EXERCISE PROMPT: Filter the data for lines with the word "Clear", then copy every line so identified.

————

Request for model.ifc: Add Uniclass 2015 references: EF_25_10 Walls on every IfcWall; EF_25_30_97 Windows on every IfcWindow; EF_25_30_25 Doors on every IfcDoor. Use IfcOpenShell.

First a look at what the model holds.

```python
import ifcopenshell

model = ifcopenshell.open("model.ifc")
print(model.schema)
print("classifications:", [c.Name for c in model.by_type("IfcClassification")])
for ifc_class in ("IfcDoor", "IfcRoof", "IfcStair", "IfcWall", "IfcWindow"):
    print(ifc_class, len(model.by_type(ifc_class)))
```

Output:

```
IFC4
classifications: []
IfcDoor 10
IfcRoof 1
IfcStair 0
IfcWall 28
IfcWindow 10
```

```python
import ifcopenshell
import ifcopenshell.api.classification

model = ifcopenshell.open("model.ifc")

system = ifcopenshell.api.classification.add_classification(model, classification="Uniclass 2015")

codes = {
    "IfcWall": ("EF_25_10", "Walls"),
    "IfcWindow": ("EF_25_30_97", "Windows"),
    "IfcDoor": ("EF_25_30_25", "Doors"),
}
for ifc_class, (code, name) in codes.items():
    products = model.by_type(ifc_class)
    ifcopenshell.api.classification.add_reference(
        model, products=products, classification=system, identification=code, name=name
    )
    print(code, len(products))

model.write("model_rev.ifc")
```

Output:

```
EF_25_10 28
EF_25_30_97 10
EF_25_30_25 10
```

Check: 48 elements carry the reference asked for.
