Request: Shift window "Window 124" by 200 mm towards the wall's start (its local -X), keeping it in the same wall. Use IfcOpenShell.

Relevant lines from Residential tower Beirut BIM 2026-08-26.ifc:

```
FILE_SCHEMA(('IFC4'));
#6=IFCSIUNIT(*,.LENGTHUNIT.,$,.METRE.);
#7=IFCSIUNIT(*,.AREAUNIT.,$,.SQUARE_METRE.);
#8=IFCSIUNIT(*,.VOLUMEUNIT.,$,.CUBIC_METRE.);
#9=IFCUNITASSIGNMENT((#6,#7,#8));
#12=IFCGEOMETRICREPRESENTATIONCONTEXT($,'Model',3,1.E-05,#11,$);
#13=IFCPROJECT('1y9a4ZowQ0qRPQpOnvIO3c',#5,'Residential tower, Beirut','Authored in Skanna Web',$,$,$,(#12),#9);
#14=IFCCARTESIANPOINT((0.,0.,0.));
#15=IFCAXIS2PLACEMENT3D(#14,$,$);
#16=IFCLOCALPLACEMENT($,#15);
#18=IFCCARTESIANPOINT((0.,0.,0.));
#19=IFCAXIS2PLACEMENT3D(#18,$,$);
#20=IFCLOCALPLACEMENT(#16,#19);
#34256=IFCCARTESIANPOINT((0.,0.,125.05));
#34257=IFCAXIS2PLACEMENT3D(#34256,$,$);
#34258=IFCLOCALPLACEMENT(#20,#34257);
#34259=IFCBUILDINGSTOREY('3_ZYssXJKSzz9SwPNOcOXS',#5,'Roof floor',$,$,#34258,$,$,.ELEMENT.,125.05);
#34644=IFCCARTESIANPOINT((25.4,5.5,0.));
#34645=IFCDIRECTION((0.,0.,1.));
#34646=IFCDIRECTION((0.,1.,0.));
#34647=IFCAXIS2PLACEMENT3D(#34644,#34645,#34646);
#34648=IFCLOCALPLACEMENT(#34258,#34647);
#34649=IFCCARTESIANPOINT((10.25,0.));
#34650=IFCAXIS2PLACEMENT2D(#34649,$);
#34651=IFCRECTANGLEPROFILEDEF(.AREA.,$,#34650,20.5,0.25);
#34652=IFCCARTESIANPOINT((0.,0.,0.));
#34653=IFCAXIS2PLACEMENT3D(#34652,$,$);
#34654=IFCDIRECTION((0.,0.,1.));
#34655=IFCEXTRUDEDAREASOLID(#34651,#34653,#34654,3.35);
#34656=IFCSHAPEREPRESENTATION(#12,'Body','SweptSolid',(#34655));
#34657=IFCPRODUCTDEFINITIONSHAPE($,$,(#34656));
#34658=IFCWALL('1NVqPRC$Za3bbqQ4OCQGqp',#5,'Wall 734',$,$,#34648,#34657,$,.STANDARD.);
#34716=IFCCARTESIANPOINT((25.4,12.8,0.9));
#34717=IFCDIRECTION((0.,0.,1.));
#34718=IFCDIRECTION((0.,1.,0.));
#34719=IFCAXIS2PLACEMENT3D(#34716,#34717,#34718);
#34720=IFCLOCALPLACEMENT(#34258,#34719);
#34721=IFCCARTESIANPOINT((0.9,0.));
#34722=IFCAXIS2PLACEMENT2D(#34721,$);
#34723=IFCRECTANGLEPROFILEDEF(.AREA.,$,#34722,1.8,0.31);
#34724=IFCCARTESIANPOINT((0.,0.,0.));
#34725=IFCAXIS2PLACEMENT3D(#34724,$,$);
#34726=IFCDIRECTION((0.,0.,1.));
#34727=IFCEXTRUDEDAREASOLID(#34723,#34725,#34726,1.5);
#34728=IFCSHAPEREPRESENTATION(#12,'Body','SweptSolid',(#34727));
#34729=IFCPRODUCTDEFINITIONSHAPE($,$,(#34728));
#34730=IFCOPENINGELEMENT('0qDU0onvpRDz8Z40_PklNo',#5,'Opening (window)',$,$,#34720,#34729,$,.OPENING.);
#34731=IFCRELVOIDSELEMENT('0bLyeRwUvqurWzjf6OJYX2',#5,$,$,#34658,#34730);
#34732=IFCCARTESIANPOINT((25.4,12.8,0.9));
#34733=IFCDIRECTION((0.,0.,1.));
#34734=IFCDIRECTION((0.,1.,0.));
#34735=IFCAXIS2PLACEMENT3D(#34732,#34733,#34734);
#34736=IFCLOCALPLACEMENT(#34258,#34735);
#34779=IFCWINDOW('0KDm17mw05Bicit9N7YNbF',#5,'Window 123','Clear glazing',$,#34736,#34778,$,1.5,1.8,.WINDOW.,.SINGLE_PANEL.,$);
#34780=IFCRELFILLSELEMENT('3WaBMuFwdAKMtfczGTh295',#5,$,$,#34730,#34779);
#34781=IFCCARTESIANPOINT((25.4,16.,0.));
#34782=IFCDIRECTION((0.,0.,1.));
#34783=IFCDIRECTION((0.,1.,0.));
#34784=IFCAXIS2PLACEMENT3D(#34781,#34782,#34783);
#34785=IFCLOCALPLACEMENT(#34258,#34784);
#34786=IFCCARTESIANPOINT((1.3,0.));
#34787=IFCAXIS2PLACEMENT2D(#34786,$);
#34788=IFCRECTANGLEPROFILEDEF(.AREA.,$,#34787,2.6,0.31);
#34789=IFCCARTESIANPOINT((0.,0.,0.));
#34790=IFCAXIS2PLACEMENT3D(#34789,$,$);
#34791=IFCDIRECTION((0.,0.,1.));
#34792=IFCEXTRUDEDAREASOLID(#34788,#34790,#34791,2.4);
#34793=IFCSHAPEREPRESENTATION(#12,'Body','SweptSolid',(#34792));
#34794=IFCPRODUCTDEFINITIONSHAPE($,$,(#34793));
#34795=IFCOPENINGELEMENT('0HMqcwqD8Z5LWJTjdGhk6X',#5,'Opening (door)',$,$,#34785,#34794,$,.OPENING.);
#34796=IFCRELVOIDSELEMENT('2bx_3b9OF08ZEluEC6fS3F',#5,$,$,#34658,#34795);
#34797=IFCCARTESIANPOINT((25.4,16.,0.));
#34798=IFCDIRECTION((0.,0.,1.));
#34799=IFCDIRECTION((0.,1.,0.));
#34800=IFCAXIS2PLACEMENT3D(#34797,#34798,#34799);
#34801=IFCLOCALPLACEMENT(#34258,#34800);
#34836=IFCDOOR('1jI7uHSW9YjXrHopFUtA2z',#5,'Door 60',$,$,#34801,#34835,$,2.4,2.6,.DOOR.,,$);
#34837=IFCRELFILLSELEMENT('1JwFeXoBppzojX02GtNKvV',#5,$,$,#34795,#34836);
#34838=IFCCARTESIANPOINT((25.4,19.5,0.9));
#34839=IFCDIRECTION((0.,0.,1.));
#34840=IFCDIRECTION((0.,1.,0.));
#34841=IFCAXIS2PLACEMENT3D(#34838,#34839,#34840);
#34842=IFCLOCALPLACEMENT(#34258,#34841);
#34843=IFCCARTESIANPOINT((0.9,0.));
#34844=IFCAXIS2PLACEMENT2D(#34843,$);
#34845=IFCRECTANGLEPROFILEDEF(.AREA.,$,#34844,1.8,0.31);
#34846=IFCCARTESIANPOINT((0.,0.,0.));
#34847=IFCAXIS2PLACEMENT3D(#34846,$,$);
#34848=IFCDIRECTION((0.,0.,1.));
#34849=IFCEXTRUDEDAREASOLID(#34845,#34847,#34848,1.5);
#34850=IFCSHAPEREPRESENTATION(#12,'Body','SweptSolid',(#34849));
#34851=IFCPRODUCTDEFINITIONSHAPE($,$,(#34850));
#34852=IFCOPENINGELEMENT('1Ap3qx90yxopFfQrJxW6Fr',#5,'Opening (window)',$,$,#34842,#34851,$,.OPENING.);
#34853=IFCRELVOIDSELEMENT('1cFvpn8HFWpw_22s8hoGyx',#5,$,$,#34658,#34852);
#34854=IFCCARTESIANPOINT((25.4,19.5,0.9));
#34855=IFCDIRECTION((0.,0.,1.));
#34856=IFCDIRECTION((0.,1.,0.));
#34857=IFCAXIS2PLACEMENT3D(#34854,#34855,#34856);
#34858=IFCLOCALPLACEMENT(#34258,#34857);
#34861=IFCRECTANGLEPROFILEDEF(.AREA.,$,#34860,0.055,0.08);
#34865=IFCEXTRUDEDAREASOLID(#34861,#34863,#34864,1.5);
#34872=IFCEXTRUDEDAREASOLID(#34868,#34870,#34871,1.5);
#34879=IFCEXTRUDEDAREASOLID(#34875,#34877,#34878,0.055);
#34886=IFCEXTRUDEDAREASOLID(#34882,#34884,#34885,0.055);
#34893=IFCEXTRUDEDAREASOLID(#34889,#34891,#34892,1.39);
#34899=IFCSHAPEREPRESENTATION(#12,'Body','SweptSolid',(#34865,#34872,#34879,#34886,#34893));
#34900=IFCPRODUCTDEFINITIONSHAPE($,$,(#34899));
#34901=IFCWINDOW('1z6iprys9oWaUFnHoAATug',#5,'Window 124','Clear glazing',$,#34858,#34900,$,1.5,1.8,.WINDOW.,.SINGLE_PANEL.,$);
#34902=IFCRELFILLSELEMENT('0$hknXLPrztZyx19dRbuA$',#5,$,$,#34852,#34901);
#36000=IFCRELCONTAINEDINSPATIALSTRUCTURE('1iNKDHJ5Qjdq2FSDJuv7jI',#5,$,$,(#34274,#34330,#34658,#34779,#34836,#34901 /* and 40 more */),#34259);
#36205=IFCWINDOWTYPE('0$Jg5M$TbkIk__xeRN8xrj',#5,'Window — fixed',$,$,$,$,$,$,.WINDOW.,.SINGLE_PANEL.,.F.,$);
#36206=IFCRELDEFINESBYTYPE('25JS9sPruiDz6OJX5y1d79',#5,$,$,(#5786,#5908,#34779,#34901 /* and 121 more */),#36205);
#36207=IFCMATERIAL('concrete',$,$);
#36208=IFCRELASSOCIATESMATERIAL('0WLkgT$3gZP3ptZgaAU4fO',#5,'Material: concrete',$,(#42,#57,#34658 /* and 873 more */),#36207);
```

```python
import ifcopenshell
import ifcopenshell.api.geometry
import ifcopenshell.util.placement
import ifcopenshell.util.unit

model = ifcopenshell.open("Residential tower Beirut BIM 2026-08-26.ifc")
unit_scale = ifcopenshell.util.unit.calculate_unit_scale(model)

window = model.by_guid("1z6iprys9oWaUFnHoAATug")
opening = window.FillsVoids[0].RelatingOpeningElement
wall = opening.VoidsElements[0].RelatingBuildingElement

wall_matrix = ifcopenshell.util.placement.get_local_placement(wall.ObjectPlacement)
shift = wall_matrix[:3, 0] * -0.2 / unit_scale
before = ifcopenshell.util.placement.get_local_placement(window.ObjectPlacement)[:3, 3].copy()

# The window is not placed relative to its opening, so move both.
for product in (opening, window):
    matrix = ifcopenshell.util.placement.get_local_placement(product.ObjectPlacement)
    matrix[:3, 3] += shift
    ifcopenshell.api.geometry.edit_object_placement(model, product=product, matrix=matrix, is_si=False)

after = ifcopenshell.util.placement.get_local_placement(window.ObjectPlacement)[:3, 3]
print("window moved by", (after - before).round(3) + 0.0)

model.write("Residential tower Beirut BIM 2026-08-26_edited.ifc")
```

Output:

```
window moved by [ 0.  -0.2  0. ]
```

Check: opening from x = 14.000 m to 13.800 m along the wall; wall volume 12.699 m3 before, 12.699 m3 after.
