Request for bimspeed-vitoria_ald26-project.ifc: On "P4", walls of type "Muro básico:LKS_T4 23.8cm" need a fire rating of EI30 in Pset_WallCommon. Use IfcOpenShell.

First a look at what the model holds.

```python
import ifcopenshell
import ifcopenshell.util.element

model = ifcopenshell.open("bimspeed-vitoria_ald26-project.ifc")
print(model.schema)
storey = next(s for s in model.by_type("IfcBuildingStorey") if s.Name == "P4")
walls = [e for e in ifcopenshell.util.element.get_decomposition(storey) if e.is_a("IfcWall")]
seen = {}
for e in walls:
    element_type = ifcopenshell.util.element.get_type(e)
    key = (element_type.Name if element_type != e and element_type else None, ifcopenshell.util.element.get_pset(e, "Pset_WallCommon", "FireRating"))
    seen[key] = seen.get(key, 0) + 1
for (name, value), count in sorted(seen.items(), key=str):
    print(count, "x", name, "|", value)
```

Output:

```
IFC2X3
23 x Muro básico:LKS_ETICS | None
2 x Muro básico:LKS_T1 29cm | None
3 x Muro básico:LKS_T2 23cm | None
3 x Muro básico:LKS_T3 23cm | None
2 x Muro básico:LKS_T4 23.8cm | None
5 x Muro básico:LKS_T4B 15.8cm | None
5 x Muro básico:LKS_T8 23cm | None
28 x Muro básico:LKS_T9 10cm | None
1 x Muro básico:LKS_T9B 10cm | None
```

```python
import ifcopenshell
import ifcopenshell.api.pset
import ifcopenshell.util.element

model = ifcopenshell.open("bimspeed-vitoria_ald26-project.ifc")

storey = next(s for s in model.by_type("IfcBuildingStorey") if s.Name == "P4")
walls = [e for e in ifcopenshell.util.element.get_decomposition(storey) if e.is_a("IfcWall")]

count = 0
for e in walls:
    element_type = ifcopenshell.util.element.get_type(e)
    if element_type in (None, e) or element_type.Name != "Muro básico:LKS_T4 23.8cm":
        continue
    # add_pset returns the element's existing set when there is one.
    pset = ifcopenshell.api.pset.add_pset(model, product=e, name="Pset_WallCommon")
    ifcopenshell.api.pset.edit_pset(model, pset=pset, properties={"FireRating": "EI30"})
    count += 1

print(count, "walls updated")

model.write("bimspeed-vitoria_ald26-project_edited.ifc")
```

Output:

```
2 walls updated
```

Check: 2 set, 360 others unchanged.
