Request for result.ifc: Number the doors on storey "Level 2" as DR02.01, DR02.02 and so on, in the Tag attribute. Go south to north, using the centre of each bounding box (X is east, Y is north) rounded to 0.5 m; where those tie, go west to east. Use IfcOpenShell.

First a look at what the model holds.

```python
import ifcopenshell
import ifcopenshell.util.element
import ifcopenshell.util.placement

model = ifcopenshell.open("result.ifc")
print(model.schema)
storey = next(s for s in model.by_type("IfcBuildingStorey") if s.Name == "Level 2")
doors = [e for e in ifcopenshell.util.element.get_decomposition(storey) if e.is_a("IfcDoor")]
for e in sorted(doors, key=lambda e: e.id()):
    origin = ifcopenshell.util.placement.get_local_placement(e.ObjectPlacement)[:3, 3]
    print(e.id(), e.Tag, e.Name, origin.round(2) + 0.0, sep=" | ")
```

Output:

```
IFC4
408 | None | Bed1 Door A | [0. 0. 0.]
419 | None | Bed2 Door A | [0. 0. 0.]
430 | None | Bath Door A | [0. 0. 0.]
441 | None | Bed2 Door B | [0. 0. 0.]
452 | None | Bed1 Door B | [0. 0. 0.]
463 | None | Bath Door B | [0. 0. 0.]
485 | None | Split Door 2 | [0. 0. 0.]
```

```python
import ifcopenshell
import ifcopenshell.geom
import ifcopenshell.util.element
import ifcopenshell.util.shape

model = ifcopenshell.open("result.ifc")
settings = ifcopenshell.geom.settings()
settings.set("use-world-coords", True)


def centre(element):
    shape = ifcopenshell.geom.create_shape(settings, element)
    return ifcopenshell.util.shape.get_bbox_centroid(shape.geometry)


storey = next(s for s in model.by_type("IfcBuildingStorey") if s.Name == "Level 2")
doors = [e for e in ifcopenshell.util.element.get_decomposition(storey) if e.is_a("IfcDoor")]

# Insertion points can sit at a corner or the storey origin, so sort by the geometry (in metres).
centres = {e: centre(e) for e in doors}
doors.sort(key=lambda e: (round(centres[e][1] / 0.5), centres[e][0]))

for i, e in enumerate(doors, start=1):
    number = f"DR02.{i:02d}"
    e.Tag = number
    print(e.id(), number)

model.write("result-out.ifc")
```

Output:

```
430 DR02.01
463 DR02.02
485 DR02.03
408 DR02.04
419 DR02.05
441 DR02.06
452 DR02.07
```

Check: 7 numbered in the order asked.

————

RESPONSE BOX:
#34779=IFCWINDOW('0KDm17mw05Bicit9N7YNbF',#5,'Window 123','Clear glazing',$,#34736,#34778,$,1.5,1.8,.WINDOW.,.SINGLE_PANEL.,$);
#34901=IFCWINDOW('1z6iprys9oWaUFnHoAATug',#5,'Window 124','Clear glazing',$,#34858,#34900,$,1.5,1.8,.WINDOW.,.SINGLE_PANEL.,$);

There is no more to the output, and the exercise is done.